Currently, Bridge.SynapseBridge wraps the following interactions:
- Determining if a swap/bridge between one chain/token to another chain/token is supported
- Output estimation from one chain/token to another chain/token
- Initiating Bridge transactions from any supported chain/token to any supported chain/token
For a functional example of integrating Bridge.SynapseBridge as well as many other parts of the SDK within a React-based frontend, check out our react frontend example,
created using Create React App. It provides example usages of Bridge.SynapseBridge functions using web3-react and Ethers,
as well as showcasing the most commonly used aspects of the SDK.
import {
Bridge,
Token,
Tokens,
ChainId,
Networks,
networkSwapTokensMap,
NetworkSwappableTokensMap
} from "@synapseprotocol/sdk";
import {BigNumber} from "@ethersproject/bignumber";
import {
parseUnits,
formatUnits
} from "@ethersproject/units";
import {Signer} from "@ethersproject/abstract-signer";
import {
Provider,
JsonRpcProvider
} from "@ethersproject/providers";
import {
ContractTransaction,
PopulatedTransaction
} from "@ethersproject/contracts";
// Use your normal web3 provider here, such as one provided by "@web3-react".
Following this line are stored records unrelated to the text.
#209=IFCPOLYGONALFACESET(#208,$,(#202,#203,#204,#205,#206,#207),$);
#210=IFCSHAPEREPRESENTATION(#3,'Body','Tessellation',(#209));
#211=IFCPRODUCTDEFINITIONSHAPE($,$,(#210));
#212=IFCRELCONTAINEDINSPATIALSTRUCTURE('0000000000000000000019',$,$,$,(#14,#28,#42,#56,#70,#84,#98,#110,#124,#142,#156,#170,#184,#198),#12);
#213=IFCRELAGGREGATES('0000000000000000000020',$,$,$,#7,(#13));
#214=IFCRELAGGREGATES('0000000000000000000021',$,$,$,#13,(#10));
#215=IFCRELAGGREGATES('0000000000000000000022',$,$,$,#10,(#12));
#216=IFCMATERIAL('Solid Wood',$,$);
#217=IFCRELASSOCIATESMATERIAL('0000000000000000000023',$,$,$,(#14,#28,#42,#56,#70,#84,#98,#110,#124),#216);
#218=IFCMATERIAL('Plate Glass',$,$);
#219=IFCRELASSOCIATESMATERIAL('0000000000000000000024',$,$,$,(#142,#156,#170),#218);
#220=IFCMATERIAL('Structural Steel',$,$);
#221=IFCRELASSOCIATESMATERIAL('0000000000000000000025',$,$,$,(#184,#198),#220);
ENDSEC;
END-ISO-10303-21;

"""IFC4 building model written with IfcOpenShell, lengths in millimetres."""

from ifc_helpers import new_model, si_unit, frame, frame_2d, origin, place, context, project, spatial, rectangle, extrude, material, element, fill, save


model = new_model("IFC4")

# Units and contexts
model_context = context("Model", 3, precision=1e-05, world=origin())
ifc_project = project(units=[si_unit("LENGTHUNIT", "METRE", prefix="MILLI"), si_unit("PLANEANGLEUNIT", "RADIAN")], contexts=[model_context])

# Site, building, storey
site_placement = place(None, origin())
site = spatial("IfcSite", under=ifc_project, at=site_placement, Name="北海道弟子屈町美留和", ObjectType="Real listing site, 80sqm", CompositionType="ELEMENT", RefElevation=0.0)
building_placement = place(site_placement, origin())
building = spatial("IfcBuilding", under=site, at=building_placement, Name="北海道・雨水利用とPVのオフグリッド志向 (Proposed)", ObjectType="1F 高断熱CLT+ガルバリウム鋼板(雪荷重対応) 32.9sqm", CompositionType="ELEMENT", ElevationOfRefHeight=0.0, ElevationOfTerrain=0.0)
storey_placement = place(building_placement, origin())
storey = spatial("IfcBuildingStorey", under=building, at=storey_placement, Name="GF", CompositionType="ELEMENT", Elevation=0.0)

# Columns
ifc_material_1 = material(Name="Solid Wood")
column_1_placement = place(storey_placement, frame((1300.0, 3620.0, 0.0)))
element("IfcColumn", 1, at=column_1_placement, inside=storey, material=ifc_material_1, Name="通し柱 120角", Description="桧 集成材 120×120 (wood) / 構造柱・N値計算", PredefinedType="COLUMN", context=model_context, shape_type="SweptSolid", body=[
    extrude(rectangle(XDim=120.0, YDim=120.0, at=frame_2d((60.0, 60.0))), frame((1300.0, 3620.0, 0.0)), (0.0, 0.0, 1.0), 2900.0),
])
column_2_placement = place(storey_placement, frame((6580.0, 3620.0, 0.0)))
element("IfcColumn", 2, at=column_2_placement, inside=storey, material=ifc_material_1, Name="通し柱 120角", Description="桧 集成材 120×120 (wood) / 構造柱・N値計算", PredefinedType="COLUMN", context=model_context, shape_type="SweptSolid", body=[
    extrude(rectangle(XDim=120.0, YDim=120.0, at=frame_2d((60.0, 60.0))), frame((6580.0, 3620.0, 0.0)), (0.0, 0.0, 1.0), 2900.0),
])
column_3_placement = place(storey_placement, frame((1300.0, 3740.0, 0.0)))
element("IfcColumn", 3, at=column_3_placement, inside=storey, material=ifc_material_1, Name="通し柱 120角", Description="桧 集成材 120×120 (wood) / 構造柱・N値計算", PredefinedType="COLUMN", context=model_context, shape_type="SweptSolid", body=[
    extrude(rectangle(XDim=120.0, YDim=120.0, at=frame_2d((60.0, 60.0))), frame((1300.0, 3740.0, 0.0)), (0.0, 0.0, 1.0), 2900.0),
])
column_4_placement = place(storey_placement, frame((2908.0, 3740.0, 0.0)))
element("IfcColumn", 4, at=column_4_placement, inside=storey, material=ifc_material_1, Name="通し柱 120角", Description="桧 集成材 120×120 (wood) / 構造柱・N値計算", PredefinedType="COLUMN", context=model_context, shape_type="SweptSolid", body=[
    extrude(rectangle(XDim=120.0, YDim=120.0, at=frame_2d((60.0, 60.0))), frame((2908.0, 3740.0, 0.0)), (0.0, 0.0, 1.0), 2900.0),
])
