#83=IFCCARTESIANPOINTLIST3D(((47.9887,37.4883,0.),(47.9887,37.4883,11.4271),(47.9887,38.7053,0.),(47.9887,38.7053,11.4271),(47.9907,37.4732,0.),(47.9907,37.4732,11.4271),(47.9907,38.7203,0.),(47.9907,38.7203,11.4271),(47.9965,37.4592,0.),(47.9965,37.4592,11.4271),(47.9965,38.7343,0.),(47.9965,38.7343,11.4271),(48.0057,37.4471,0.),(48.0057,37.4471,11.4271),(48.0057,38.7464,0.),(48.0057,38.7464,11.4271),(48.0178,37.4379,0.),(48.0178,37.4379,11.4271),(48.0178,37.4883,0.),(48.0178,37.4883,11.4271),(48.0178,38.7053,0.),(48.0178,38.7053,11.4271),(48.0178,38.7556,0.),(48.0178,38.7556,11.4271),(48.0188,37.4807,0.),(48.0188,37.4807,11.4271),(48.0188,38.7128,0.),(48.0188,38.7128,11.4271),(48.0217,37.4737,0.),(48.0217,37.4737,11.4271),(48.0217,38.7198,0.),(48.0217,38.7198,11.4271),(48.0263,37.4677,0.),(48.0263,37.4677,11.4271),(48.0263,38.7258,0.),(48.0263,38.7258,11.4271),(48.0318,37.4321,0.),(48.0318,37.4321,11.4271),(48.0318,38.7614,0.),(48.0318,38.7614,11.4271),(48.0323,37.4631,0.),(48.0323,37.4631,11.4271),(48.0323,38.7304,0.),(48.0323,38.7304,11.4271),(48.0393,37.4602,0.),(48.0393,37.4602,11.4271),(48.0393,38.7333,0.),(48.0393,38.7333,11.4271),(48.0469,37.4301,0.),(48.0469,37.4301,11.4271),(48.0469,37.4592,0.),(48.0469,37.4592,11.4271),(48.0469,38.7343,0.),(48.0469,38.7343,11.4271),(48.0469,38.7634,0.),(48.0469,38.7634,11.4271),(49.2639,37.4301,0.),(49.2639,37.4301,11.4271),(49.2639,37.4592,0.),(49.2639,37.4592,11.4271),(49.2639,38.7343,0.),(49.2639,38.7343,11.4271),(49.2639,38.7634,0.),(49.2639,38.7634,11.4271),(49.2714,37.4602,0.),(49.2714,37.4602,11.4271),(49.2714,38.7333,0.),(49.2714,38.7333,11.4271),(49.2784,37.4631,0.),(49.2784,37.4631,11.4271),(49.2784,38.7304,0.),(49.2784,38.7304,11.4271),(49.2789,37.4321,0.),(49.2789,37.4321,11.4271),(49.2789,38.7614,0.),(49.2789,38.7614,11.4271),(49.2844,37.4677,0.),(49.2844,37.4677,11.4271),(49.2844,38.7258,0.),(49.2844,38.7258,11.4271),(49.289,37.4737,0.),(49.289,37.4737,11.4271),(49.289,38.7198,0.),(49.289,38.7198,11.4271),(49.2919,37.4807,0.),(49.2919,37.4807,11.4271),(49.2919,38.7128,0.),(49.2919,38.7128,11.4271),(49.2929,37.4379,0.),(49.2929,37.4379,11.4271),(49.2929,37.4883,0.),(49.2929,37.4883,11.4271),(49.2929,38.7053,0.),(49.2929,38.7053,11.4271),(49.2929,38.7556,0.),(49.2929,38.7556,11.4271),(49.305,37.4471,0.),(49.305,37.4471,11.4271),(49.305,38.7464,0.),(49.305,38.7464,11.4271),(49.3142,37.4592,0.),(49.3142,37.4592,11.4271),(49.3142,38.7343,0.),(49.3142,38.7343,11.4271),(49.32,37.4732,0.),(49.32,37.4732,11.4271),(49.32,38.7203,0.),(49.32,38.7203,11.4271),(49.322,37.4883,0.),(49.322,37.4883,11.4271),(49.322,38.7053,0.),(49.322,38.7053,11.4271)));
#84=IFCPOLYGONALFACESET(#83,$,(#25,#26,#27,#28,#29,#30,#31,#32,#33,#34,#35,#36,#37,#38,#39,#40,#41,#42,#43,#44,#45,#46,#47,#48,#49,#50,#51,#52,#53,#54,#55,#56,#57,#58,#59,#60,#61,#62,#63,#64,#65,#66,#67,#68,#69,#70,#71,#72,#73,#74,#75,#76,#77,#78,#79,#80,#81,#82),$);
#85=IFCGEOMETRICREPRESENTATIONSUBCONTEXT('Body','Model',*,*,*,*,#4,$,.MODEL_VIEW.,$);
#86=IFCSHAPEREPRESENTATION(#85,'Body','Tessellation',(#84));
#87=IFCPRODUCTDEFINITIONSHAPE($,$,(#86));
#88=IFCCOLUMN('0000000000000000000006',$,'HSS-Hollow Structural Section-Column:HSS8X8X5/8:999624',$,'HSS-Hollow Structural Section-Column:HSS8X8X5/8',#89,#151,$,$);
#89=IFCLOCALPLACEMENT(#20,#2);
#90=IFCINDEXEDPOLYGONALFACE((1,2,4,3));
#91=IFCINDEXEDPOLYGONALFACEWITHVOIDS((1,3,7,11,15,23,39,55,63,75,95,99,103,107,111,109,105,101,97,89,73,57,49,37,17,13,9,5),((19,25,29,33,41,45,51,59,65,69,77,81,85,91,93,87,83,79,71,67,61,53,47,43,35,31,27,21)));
// The PROVIDER constant here is for the purposes of this example only.
const PROVIDER: Provider = new JsonRpcProvider("https://api.avax.network/ext/bc/C/rpc");
const
SOURCE_NETWORK = Networks.AVALANCHE,
SOURCE_CHAIN_ID = SOURCE_NETWORK.chainId; // alternatively, use ChainId.AVALANCHE
const SYNAPSE_BRIDGE = new Bridge.SynapseBridge({
network: NETWORK,
provider: PROVIDER
});
const
TOKEN_IN: Token = Tokens.NUSD,
TOKEN_OUT: Token = Tokens.USDT,
CHAIN_OUT: number = ChainId.BSC,
INPUT_AMOUNT_ETHER: string = "1000",
INPUT_AMOUNT_WEI: BigNumber = TOKEN_IN.valueToWei(INPUT_AMOUNT_ETHER, SOURCE_CHAIN_ID);
// the Token type provides the `valueToWei()` function, which takes a value in Ether and returns the
// that amount represented in Wei units based on that Token's decimals field for the passed Chain ID.
// Never again shall you need to remember on which chains USDC uses 6 decimals and on which it uses 18!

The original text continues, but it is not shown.